Marion Grace HOCKEN
Born in Zennor, Cornwall she was a student at Leonard John FULLER's St Ives School of Painting after beginning her studies at the Redruth School of Art and the Brighton School of Art.
A keen botanist and Fellow of the Zoological Society and the Royal Entomological Society, she specialised in paintings of flowers which were acclaimed at the Paris Salon. The WCAA inherited one of her scrapbooks, and with it some correspondence (mainly Christmas cards) with her friends and acquaintances.
Hocken was a founder member of the Penwith Society, along with Ben NICHOLSON and Barbara HEPWORTH. Her most controversial work was a painting, The Hollow Men: a visual satire on the community politics of St Ives which raised many eyebrows and aroused some ferocious animosity. She married Mervyn Paul in later life.
media
Painter who specialised in paintings of flowers
works and access
Works include: A Spring Pilgrimage; The Hollow Men (a painting satirising community politics of St Ives)
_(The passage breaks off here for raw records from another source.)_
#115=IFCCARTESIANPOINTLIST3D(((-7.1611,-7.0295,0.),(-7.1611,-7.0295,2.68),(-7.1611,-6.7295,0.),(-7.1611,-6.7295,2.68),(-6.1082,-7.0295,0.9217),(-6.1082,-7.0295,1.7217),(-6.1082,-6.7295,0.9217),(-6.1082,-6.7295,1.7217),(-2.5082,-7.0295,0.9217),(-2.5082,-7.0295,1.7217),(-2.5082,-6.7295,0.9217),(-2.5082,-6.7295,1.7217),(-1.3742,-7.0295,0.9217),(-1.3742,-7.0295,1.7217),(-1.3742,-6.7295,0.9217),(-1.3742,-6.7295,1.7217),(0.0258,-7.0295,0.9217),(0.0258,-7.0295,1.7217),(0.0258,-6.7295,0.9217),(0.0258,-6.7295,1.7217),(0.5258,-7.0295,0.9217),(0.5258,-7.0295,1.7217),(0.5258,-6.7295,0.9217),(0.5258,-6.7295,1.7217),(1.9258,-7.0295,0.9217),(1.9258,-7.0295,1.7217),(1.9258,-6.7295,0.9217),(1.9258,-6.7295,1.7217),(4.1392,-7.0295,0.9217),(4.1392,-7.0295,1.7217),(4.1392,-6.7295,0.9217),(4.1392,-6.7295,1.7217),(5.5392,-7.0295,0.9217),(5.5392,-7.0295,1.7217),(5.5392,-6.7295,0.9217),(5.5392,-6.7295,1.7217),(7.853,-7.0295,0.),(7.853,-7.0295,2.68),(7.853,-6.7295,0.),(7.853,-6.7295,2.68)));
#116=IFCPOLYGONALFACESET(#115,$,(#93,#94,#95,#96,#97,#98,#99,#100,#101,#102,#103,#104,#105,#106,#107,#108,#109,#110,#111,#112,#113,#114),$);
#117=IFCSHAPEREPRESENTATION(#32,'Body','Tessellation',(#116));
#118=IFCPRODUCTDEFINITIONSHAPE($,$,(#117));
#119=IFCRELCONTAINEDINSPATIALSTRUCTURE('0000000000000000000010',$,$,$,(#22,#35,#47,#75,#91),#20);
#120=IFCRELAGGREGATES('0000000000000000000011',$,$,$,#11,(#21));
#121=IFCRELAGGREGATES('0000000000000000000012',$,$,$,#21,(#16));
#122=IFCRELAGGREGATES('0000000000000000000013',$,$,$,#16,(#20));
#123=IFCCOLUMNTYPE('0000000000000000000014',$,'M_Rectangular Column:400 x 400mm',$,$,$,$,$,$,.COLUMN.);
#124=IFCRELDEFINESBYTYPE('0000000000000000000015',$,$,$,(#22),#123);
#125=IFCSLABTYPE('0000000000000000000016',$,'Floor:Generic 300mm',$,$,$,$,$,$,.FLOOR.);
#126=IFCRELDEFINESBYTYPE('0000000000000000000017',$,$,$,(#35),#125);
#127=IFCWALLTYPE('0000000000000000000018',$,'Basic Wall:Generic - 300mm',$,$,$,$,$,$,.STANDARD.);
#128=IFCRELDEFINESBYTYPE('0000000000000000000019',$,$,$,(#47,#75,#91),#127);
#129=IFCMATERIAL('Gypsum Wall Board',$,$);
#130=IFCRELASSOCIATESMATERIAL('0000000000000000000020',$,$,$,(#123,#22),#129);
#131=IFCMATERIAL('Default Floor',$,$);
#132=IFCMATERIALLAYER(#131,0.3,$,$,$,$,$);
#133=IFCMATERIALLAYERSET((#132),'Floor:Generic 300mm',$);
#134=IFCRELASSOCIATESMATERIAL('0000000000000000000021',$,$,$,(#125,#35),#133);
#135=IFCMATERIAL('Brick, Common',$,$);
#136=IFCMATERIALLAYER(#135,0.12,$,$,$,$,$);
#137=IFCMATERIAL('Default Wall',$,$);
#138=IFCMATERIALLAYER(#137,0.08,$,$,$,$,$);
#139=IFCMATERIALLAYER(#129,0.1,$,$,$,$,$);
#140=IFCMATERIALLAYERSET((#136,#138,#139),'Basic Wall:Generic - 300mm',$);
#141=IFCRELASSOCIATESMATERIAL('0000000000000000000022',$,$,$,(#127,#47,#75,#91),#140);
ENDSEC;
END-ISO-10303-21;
Archival Deposits: (Wrekin Trust) Hypatia files, including Stencil (black); Letters, sketches, personal diaries and other paraphenalia; and a small booklet featuring finely detailed pencil sketches of Irena, Mary, Joan and Helen (sic)
exhibitions
Falmouth Art Gallery Women Artists in Cornwall 1880-1940 1996
memberships
STISA 1942-49, 1952-58
Penwith Society of Arts in Cornwall (Founder member)
references
The Tate (1985) St Ives 1939-64, Twenty Five Years of Painting, Sculpture and Pottery
Tovey (2003) Creating a Splash
(2009) St Ives: Social History (illus of The Hollow Men);
Wallace et al (1996) Women Artists in Cornwall 1880-1940 (Exhibition catalogue)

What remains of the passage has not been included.